I'm about to just throw this thing far out of the window. I have a brand new xp2 rena filter. getting it primed is the biggest pain in the arse ever. I went as long as I could without doing maintenance but I had to change the filtration in it. Now when I prime it and turn it on, water gets sucked out and leaves air inside the filter and spits out millions of tiny bubbles in the tank. I've been trying to get this right for an hour. Ive been on their website and watched the video read the faq, i'm just frustrated now.
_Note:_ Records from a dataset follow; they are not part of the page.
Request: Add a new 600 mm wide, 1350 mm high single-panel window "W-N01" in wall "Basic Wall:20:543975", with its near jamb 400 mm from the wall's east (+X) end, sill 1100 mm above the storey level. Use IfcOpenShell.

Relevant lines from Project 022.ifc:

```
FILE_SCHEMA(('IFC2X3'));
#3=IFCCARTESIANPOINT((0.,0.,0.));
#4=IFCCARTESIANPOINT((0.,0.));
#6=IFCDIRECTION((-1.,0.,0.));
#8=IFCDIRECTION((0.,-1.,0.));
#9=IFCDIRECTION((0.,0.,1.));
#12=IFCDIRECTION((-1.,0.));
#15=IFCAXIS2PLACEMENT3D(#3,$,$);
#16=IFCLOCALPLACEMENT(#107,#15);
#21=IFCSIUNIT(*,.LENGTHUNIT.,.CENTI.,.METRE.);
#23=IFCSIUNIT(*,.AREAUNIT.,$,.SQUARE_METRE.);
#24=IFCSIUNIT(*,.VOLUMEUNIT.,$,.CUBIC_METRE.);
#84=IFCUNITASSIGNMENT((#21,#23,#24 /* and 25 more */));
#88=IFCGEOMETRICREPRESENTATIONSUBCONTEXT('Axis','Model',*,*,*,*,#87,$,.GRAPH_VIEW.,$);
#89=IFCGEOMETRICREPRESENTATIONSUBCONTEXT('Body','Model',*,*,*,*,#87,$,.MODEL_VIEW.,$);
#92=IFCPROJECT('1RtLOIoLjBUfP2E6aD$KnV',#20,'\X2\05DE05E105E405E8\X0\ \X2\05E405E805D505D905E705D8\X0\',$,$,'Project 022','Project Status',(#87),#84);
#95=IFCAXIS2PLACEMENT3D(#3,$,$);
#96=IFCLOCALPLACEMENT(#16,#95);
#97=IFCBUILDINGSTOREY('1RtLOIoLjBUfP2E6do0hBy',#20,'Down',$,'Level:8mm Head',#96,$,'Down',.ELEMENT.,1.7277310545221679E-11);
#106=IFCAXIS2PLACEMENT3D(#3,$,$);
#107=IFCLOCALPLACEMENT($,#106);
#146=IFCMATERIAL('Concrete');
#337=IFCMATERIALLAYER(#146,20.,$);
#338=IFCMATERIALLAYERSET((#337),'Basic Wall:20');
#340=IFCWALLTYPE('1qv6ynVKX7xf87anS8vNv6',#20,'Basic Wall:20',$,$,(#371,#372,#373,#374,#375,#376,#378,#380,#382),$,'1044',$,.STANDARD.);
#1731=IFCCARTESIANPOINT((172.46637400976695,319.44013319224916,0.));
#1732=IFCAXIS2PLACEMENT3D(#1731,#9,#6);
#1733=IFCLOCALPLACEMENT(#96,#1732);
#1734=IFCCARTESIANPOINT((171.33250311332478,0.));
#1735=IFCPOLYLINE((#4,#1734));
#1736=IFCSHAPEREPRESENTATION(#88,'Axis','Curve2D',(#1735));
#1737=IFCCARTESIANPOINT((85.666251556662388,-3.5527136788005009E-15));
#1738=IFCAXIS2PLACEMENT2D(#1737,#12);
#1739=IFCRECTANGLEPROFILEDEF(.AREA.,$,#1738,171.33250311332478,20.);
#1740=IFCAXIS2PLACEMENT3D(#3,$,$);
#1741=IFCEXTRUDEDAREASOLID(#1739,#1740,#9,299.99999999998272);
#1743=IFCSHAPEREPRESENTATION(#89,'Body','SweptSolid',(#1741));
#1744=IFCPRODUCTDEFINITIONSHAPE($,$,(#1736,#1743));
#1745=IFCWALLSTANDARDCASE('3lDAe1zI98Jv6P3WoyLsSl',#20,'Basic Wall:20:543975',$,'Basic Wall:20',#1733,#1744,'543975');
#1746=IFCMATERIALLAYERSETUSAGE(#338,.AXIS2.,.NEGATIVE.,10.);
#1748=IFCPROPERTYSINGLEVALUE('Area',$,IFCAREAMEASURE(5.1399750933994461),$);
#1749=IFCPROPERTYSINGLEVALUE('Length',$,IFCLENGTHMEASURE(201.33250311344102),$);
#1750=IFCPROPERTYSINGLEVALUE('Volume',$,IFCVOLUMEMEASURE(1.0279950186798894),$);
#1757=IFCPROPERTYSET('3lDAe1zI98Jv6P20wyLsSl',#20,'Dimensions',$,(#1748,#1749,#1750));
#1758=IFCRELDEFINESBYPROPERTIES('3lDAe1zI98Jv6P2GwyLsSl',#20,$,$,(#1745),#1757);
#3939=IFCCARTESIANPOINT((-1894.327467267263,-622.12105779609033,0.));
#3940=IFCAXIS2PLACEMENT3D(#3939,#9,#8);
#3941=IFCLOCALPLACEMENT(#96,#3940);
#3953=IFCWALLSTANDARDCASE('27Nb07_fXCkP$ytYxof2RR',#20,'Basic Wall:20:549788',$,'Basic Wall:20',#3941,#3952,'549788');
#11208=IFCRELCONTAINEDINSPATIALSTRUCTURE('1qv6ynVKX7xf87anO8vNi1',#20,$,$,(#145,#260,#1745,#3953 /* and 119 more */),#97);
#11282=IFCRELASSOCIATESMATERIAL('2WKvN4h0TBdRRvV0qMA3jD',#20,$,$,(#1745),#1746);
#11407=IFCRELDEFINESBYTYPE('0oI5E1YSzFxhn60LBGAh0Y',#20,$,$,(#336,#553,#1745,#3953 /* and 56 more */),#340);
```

```python
import numpy as np
import ifcopenshell
import ifcopenshell.api.feature
import ifcopenshell.api.geometry
import ifcopenshell.api.pset
import ifcopenshell.api.root
import ifcopenshell.api.spatial
import ifcopenshell.api.type
import ifcopenshell.geom
import ifcopenshell.util.element
import ifcopenshell.util.placement
import ifcopenshell.util.representation
import ifcopenshell.util.shape
import ifcopenshell.util.unit

model = ifcopenshell.open("Project 022.ifc")
unit_scale = ifcopenshell.util.unit.calculate_unit_scale(model)
area_scale = ifcopenshell.util.unit.calculate_unit_scale(model, "AREAUNIT")
volume_scale = ifcopenshell.util.unit.calculate_unit_scale(model, "VOLUMEUNIT")
settings = ifcopenshell.geom.settings()


def volume(element):
    """Net volume in cubic metres, openings subtracted."""
    shape = ifcopenshell.geom.create_shape(settings, element)
    return ifcopenshell.util.shape.get_volume(shape.geometry)


wall = model.by_id(1745)
storey = ifcopenshell.util.element.get_container(wall, ifc_class="IfcBuildingStorey")
context = ifcopenshell.util.representation.get_context(model, "Model", "Body", "MODEL_VIEW")
before = volume(wall)

width, height, from_end, sill = 0.6, 1.35, 0.4, 1.1  # metres

# The wall runs along its own X axis, and the end named is its -X end.
wall_shape = ifcopenshell.geom.create_shape(settings, wall)
x, y, z = ifcopenshell.util.shape.get_vertices(wall_shape.geometry).T
start = x.min() + from_end
face, thickness = float(y.min()), float(y.max() - y.min())
wall_matrix = ifcopenshell.util.placement.get_local_placement(wall.ObjectPlacement)
level = ifcopenshell.util.placement.get_local_placement(storey.ObjectPlacement)[2, 3]


def in_wall(x, y):
    """Placement at x, y metres in the wall's axes, at sill height."""
    matrix = wall_matrix.copy()
    matrix[:, 3] = wall_matrix @ np.array([x / unit_scale, y / unit_scale, 0.0, 1.0])
    matrix[2, 3] = level + sill / unit_scale
    return matrix


# Opening: a box that overshoots both wall faces by 50 mm.
opening = ifcopenshell.api.root.create_entity(model, ifc_class="IfcOpeningElement")
box = ifcopenshell.api.geometry.add_wall_representation(
    model, context=context, length=width, height=height, thickness=thickness + 0.1
)
ifcopenshell.api.geometry.assign_representation(model, product=opening, representation=box)
ifcopenshell.api.geometry.edit_object_placement(model, product=opening, matrix=in_wall(start, face - 0.05), is_si=False)
ifcopenshell.api.feature.add_feature(model, feature=opening, element=wall)

window = ifcopenshell.api.root.create_entity(model, ifc_class="IfcWindow", name="W-N01")
window.OverallWidth, window.OverallHeight = width / unit_scale, height / unit_scale
body = ifcopenshell.api.geometry.add_window_representation(
    model,
    context=context,
    overall_width=window.OverallWidth,
    overall_height=window.OverallHeight,
    partition_type="SINGLE_PANEL",
)
ifcopenshell.api.geometry.assign_representation(model, product=window, representation=body)
ifcopenshell.api.spatial.assign_container(model, products=[window], relating_structure=storey)
fills = ifcopenshell.api.feature.add_filling(model, opening=opening, element=window)
fills.OwnerHistory = window.OwnerHistory  # required in IFC2X3

# IFC2X3 keeps the operation on the window style.
style = ifcopenshell.api.root.create_entity(model, ifc_class="IfcWindowStyle", name="W-N01")
style.OperationType, style.ConstructionType = "SINGLE_PANEL", "NOTDEFINED"
style.ParameterTakesPrecedence = style.Sizeable = False
ifcopenshell.api.type.assign_type(model, related_objects=[window], relating_type=style)

# Centre the window in the wall's thickness.
ifcopenshell.api.geometry.edit_object_placement(model, product=window, matrix=in_wall(start, face), is_si=False)
window_shape = ifcopenshell.geom.create_shape(settings, window)
depth = ifcopenshell.util.shape.get_vertices(window_shape.geometry)[:, 1]
offset = face + thickness / 2 - (depth.min() + depth.max()) / 2
ifcopenshell.api.geometry.edit_object_placement(model, product=window, matrix=in_wall(start, offset), is_si=False)

after = volume(wall)

# Update the wall's stored quantities.
pset = model.by_id(ifcopenshell.util.element.get_pset(wall, "Dimensions", should_inherit=False)["id"])
ifcopenshell.api.pset.edit_pset(model, pset=pset, properties={
    "Area": model.create_entity("IfcAreaMeasure", after / thickness / area_scale),
    "Volume": model.create_entity("IfcVolumeMeasure", after / volume_scale),
})

print(f"wall volume {before:.3f} -> {after:.3f} m3")

model.write("Project 022_updated.ifc")
```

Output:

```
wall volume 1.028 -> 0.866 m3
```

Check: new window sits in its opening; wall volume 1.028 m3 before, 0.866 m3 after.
is there a special secret in priming these things? I've never had this problem before :-x


----------



## bmlbytes (Aug 1, 2009)

You prime a canister like this:

Fill it halfway.
Turn the filter on for 10 seconds.
Turn it off making sure the input tube is completely above the canister filter (this allows air to go up it)
Wait for the canister to fill with water.
Turn it back on.
Repeat if necessary.


----------



## grogan (Jan 23, 2011)

The process that I do for my rena xp3:
First I make sure to flip the tab that shuts off the water flow and remove the intake and out flow. Now they should be completely shut off. I then unscrew the priming cap on the intake, put the funnel in and add water until the intake line is full. I then replace the cap, put the connector for the intake and out flow back into the canister, and push the shut off tab back to the "on" position. This should allow the water in the line to flow into the canister and create a syphon with the flow. The spray bar should start spitting out air, wait till it is completely done blowing out all the air. Then it should be primed and ready to be plugged in. If it isn't working now then you have a mechanical problem. Is this the process you are using?


----------



## PuterChickFL (Feb 23, 2010)

uhhh well sort of. i'm plugging it in too soon apparently. I fill the intake tube (which seems to never fill up), cap it, put the tab "on" then plug it in immediately. It's flowing clear now, but there's still air in the top of the canister.


----------



## bmlbytes (Aug 1, 2009)

A very small amount of air at the top is normal.


----------



## emc7 (Jul 23, 2005)

If you find you can't ever get the air out, you should check the seals, a mangled or misplaced o-ring or similar can let air keep getting in.


----------



## PuterChickFL (Feb 23, 2010)

i find it easier to just leave it alone and let it work lol it's working fine with no issues, but i'm still keeping an eye out. I'm starting to get a brown tint to the gravel so i had to change the filter. it's getting better.

now on to the planted tank and it's issues. i'm working on co2 and i'm not seeing bubbles yet


----------



## Ponera (Oct 31, 2011)

priming a fish arena is never okay


----------



## bmlbytes (Aug 1, 2009)

Ponera, what are you talking about?


----------



## Ponera (Oct 31, 2011)

xp = experiece
rena = arena


----------



## bmlbytes (Aug 1, 2009)

I assume that you are trying to make a joke. If you are not then this is what they are talking about.










XP Rena canister filter


----------